News, Police/Fire

Former Revere police chief can’t lock up old position

REVERE — Joseph Cafarelli, the former chief of police, will not return to the Revere Police Department as a lieutenant, the state has ruled.

Cafarelli did not have a leave of absence from his position as lieutenant when he was promoted to police chief, which means he is not entitled to reinstatement as police lieutenant, as requested, according to a determination signed by John Marra, general counsel for the Massachusetts Human Resources Division.

Attorney Mary Lemieux Sandorse, who represents Cafarelli, could not be reached for comment before deadline.

In 2012, neither the city nor Cafarelli notified the Human Resources Division of the promotion, according to the documents obtained by The Item.

On July 10, 2017, Mayor Brian Arrigo notified Cafarelli, who had been serving as chief for five years, that his contract would not be renewed and that his employment had “ended as of June 30, 2017,” according to the decision from the State’s Human Resources Division.

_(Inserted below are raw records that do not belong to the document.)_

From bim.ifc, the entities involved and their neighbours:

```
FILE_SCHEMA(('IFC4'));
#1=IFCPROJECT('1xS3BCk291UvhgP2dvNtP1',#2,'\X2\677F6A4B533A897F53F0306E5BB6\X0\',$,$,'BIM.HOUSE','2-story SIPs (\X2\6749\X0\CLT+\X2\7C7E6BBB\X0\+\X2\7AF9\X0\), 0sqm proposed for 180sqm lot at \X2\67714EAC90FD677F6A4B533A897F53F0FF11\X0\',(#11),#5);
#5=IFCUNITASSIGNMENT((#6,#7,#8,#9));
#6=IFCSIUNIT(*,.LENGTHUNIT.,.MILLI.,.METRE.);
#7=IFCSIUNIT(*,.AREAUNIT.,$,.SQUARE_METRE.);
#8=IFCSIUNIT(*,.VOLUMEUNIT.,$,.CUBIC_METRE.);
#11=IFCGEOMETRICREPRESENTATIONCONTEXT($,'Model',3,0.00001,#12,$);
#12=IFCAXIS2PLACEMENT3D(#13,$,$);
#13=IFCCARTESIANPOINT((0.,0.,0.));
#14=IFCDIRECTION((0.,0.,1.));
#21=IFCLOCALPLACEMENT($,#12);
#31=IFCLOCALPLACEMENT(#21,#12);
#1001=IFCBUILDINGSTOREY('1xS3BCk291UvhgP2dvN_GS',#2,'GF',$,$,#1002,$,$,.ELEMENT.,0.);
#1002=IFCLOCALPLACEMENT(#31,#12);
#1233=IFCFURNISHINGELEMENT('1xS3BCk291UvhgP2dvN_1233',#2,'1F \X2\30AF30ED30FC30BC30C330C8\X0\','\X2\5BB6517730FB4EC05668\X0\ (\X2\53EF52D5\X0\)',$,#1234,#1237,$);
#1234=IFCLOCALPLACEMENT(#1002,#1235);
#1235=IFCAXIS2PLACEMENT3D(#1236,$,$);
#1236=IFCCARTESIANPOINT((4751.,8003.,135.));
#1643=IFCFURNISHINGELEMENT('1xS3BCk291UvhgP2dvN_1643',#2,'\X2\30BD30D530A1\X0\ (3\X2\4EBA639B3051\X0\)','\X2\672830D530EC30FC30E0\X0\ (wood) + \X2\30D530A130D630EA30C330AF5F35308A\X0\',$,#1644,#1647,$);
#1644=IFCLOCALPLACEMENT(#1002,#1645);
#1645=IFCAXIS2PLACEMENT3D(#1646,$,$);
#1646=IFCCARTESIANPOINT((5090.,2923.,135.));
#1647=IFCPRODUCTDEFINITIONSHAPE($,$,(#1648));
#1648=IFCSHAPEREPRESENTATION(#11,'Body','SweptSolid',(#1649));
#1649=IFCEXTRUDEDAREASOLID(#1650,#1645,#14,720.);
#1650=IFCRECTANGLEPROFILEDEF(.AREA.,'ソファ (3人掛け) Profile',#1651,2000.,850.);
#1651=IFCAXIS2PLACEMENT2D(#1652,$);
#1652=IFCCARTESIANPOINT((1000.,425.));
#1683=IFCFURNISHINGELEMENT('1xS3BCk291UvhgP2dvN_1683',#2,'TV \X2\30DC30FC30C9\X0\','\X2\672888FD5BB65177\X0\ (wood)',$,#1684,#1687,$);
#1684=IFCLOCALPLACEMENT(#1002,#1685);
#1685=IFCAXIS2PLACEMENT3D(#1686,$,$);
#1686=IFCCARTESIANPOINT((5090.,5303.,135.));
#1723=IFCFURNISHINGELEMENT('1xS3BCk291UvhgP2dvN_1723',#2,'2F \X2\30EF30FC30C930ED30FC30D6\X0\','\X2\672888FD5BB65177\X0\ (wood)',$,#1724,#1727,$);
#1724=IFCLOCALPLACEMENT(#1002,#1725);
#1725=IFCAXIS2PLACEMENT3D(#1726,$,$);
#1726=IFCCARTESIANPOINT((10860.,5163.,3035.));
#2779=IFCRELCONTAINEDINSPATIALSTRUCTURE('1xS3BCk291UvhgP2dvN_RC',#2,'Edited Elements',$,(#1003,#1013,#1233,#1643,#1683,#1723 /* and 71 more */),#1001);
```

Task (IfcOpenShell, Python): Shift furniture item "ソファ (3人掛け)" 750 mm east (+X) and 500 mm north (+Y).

```python
import ifcopenshell
import ifcopenshell.api.geometry
import ifcopenshell.util.placement
import ifcopenshell.util.unit

model = ifcopenshell.open("bim.ifc")
unit_scale = ifcopenshell.util.unit.calculate_unit_scale(model)

item = model.by_guid("1xS3BCk291UvhgP2dvN_1643")
matrix = ifcopenshell.util.placement.get_local_placement(item.ObjectPlacement)
matrix[0, 3] += 0.75 / unit_scale
matrix[1, 3] += 0.5 / unit_scale
ifcopenshell.api.geometry.edit_object_placement(model, product=item, matrix=matrix, is_si=False)

print(ifcopenshell.util.placement.get_local_placement(item.ObjectPlacement).round(3) + 0.0)

model.write("bim_v2.ifc")
```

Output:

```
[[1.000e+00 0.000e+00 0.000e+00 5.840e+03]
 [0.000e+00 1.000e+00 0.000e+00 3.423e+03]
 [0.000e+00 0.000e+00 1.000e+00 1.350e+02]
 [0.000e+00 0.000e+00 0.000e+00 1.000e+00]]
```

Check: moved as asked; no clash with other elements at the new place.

At the time, Arrigo cited a difference in philosophy as the reason for not reappointing Cafarelli. In June 2017, Arrigo said his goal was to make sure leadership in the department was building trust in the community.

Cafarelli responded to the letter with his own, through an attorney, to let Arrigo know of his intention to return to the department as a lieutenant two days later. Five days later, he filed an appeal with the Civil Service Commission, claiming the city failed to reinstate him to his permanent position after a leave of absence.

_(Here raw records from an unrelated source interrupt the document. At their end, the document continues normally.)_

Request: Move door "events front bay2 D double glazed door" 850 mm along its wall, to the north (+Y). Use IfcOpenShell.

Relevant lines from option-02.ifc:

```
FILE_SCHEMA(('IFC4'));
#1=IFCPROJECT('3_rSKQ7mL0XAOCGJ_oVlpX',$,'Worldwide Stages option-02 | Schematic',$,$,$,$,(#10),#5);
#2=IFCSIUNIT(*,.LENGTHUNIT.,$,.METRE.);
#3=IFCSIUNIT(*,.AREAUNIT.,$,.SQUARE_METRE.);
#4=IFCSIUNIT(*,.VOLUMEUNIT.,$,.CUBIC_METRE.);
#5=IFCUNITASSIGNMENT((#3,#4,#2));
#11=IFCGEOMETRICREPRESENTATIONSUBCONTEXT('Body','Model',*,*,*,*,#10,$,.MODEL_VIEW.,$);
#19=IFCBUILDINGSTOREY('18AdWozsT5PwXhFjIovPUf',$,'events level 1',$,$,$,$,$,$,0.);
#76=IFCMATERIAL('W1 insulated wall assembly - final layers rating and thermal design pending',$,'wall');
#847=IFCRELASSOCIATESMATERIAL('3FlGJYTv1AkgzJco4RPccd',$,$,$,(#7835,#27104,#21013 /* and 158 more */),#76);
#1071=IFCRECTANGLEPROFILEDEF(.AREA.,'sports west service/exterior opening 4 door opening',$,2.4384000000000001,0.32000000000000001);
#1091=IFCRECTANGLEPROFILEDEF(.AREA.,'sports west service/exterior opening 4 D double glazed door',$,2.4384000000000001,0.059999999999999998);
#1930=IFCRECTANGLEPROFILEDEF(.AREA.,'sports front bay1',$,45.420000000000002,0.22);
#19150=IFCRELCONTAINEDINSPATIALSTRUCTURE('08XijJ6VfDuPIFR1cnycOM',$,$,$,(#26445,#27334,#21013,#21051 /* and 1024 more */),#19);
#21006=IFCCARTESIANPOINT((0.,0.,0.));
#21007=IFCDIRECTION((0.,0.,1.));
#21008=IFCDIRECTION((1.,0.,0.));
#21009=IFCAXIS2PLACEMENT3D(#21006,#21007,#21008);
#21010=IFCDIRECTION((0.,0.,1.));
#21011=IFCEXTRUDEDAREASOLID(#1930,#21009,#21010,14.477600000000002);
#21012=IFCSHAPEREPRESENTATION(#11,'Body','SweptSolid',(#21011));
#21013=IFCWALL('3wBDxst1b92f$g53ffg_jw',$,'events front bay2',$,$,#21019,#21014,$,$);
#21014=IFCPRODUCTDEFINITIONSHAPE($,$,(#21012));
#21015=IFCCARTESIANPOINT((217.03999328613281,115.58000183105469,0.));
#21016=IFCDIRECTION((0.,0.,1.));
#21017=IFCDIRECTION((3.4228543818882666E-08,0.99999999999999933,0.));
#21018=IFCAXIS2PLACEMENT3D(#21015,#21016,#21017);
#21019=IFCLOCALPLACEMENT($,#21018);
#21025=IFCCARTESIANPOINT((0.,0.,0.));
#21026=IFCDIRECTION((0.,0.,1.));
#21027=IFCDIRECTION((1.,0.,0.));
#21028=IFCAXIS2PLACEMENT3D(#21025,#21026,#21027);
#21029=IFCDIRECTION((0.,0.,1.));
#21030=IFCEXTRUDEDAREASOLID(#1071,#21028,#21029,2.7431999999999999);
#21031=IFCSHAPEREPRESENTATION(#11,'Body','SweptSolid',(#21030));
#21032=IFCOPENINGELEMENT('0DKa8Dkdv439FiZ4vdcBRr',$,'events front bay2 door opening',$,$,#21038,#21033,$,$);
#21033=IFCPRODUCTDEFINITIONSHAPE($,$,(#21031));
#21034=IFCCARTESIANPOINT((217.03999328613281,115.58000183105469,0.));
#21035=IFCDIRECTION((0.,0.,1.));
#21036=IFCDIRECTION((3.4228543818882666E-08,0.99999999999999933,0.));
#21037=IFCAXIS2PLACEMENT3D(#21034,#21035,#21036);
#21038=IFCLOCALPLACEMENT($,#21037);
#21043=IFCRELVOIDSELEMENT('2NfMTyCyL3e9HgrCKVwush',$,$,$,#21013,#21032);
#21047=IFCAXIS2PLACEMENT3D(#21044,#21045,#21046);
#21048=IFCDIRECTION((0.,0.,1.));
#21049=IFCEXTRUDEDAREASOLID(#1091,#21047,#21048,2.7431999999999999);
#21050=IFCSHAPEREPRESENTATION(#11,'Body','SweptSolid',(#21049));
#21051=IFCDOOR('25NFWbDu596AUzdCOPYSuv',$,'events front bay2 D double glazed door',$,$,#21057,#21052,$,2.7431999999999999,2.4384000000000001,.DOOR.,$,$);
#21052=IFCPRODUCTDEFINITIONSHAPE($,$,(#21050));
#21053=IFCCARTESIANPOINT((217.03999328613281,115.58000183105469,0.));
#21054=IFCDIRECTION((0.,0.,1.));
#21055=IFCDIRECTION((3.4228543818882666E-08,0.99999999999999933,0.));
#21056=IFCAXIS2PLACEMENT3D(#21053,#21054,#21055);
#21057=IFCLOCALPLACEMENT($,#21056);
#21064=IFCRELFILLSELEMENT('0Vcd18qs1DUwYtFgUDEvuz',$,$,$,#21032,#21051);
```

```python
import ifcopenshell
import ifcopenshell.api.geometry
import ifcopenshell.util.placement
import ifcopenshell.util.unit

model = ifcopenshell.open("option-02.ifc")
unit_scale = ifcopenshell.util.unit.calculate_unit_scale(model)

door = model.by_id(21051)
opening = door.FillsVoids[0].RelatingOpeningElement
wall = opening.VoidsElements[0].RelatingBuildingElement

wall_matrix = ifcopenshell.util.placement.get_local_placement(wall.ObjectPlacement)
shift = wall_matrix[:3, 0] * 0.85 / unit_scale
before = ifcopenshell.util.placement.get_local_placement(door.ObjectPlacement)[:3, 3].copy()

# The door is not placed relative to its opening, so move both.
for product in (opening, door):
    matrix = ifcopenshell.util.placement.get_local_placement(product.ObjectPlacement)
    matrix[:3, 3] += shift
    ifcopenshell.api.geometry.edit_object_placement(model, product=product, matrix=matrix, is_si=False)

after = ifcopenshell.util.placement.get_local_placement(door.ObjectPlacement)[:3, 3]
print("door moved by", (after - before).round(3) + 0.0)

model.write("option-02_edited.ifc")
```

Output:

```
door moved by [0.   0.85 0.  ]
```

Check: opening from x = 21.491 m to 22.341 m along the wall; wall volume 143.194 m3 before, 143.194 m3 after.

The commission dismissed the appeal, citing lack of jurisdiction over the subject matter, and about a month later, in April 2018, the appeal was filed with the Human Resources Division.

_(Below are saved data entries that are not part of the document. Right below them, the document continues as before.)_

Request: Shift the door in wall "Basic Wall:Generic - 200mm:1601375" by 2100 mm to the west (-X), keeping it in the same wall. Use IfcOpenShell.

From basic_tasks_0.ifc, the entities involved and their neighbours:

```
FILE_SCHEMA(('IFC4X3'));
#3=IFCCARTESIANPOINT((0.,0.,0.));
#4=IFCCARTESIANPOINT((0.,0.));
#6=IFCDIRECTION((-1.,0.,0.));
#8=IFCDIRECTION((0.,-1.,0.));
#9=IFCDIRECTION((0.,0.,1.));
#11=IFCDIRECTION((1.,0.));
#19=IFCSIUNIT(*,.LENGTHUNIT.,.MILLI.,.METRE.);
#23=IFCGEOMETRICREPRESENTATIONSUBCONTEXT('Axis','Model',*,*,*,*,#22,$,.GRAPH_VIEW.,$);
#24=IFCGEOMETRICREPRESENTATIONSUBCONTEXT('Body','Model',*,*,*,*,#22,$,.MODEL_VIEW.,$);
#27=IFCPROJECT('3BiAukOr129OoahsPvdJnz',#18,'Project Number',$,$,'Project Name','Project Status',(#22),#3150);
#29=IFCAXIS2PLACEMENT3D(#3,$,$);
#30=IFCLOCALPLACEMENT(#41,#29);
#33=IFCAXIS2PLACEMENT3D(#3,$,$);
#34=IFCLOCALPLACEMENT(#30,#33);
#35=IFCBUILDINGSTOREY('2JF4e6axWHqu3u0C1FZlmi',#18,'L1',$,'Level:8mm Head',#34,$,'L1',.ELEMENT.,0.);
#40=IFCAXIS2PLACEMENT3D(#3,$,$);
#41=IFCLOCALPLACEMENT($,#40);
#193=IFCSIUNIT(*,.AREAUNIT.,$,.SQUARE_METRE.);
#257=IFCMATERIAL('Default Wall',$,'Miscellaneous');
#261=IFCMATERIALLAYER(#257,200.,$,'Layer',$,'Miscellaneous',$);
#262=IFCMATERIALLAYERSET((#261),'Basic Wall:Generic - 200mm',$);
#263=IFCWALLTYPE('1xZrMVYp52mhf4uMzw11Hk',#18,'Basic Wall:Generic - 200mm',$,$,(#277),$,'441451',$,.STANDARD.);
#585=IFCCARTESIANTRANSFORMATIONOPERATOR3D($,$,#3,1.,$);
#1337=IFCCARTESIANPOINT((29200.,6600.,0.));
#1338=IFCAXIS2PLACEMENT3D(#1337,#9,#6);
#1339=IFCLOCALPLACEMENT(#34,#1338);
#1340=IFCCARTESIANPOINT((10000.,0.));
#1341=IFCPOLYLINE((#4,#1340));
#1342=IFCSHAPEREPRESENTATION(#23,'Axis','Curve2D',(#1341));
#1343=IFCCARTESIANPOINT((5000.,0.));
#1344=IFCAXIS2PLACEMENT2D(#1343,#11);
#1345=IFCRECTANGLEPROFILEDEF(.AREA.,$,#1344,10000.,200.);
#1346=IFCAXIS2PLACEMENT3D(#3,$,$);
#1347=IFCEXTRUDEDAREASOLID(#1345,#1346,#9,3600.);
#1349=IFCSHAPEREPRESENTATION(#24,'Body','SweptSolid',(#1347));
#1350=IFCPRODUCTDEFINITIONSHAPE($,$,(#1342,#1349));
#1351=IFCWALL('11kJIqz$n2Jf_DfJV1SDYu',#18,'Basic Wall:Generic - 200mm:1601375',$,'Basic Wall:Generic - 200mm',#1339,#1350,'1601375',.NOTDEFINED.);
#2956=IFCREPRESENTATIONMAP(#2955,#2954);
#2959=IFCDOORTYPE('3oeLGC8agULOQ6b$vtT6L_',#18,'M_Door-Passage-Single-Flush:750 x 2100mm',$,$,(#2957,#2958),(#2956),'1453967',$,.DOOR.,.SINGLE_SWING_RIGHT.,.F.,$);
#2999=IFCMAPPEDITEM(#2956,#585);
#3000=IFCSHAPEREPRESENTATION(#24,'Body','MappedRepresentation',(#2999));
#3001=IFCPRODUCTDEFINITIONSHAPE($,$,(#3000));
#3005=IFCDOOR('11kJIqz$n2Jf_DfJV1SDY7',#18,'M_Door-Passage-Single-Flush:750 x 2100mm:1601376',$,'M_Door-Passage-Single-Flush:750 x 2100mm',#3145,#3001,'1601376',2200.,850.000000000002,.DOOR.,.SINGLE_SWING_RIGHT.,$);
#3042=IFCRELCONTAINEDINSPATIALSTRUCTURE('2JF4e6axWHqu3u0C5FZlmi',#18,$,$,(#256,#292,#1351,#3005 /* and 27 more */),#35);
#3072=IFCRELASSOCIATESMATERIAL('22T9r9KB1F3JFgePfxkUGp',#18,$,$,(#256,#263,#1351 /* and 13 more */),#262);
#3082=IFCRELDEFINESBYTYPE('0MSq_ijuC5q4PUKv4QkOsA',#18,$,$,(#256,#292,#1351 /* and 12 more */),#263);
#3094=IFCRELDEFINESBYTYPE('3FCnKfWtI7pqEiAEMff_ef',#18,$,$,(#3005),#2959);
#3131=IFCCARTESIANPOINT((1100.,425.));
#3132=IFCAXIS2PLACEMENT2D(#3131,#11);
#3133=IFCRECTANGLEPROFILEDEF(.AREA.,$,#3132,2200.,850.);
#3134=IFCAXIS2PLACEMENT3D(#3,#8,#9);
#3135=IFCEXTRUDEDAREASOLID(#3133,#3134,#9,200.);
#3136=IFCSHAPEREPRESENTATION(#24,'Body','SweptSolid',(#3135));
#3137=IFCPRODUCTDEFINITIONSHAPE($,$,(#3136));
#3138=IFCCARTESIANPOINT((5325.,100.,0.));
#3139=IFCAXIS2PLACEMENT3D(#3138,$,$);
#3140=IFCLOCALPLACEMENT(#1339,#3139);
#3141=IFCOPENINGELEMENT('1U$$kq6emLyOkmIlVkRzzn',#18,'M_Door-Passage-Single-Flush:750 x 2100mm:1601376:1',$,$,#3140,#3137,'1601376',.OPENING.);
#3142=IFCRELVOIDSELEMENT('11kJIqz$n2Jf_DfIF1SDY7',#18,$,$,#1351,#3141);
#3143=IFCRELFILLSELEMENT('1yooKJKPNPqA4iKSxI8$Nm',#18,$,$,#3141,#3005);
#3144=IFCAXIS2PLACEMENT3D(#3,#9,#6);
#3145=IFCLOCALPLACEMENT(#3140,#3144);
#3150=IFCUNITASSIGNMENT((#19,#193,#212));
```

```python
import ifcopenshell
import ifcopenshell.api.geometry
import ifcopenshell.util.placement
import ifcopenshell.util.unit

model = ifcopenshell.open("basic_tasks_0.ifc")
unit_scale = ifcopenshell.util.unit.calculate_unit_scale(model)

door = model.by_guid("11kJIqz$n2Jf_DfJV1SDY7")
opening = door.FillsVoids[0].RelatingOpeningElement
wall = opening.VoidsElements[0].RelatingBuildingElement

wall_matrix = ifcopenshell.util.placement.get_local_placement(wall.ObjectPlacement)
shift = wall_matrix[:3, 0] * 2.1 / unit_scale
before = ifcopenshell.util.placement.get_local_placement(door.ObjectPlacement)[:3, 3].copy()

# The door is placed relative to its opening, so it follows when the opening moves.
matrix = ifcopenshell.util.placement.get_local_placement(opening.ObjectPlacement)
matrix[:3, 3] += shift
ifcopenshell.api.geometry.edit_object_placement(
    model, product=opening, matrix=matrix, is_si=False, should_transform_children=True
)

after = ifcopenshell.util.placement.get_local_placement(door.ObjectPlacement)[:3, 3]
print("door moved by", (after - before).round(3) + 0.0)

model.write("basic_tasks_0_v2.ifc")
```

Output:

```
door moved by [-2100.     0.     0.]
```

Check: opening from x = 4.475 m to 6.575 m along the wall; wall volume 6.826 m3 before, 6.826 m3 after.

The filing requested the division approve his past leave of absence “as a means to support reinstatement to the civil service position of the Police Lieutenant.”

But to succeed in this claim, Cafarelli would have needed prior approval for the leave from his former position of lieutenant.

“There is no evidence that (Cafarelli) sought and received prior approval from (the division) granting a leave of absence during his employment as Chief of Police,” according to the determination. “Accordingly, without a valid leave of absence, (Cafarelli) is not entitled to reinstatement to his former position of Police Lieutenant pursuant to civil service law.”

In a statement, Arrigo said the decision confirms the city followed procedures that are clearly set out in the law.

“I have always respected Joe Cafarelli’s service to the city and neither my decision to make a change at the top of the police department, nor this decision, changes that,” said Arrigo. “The (division’s) decision merely confirms that we went about the process properly.”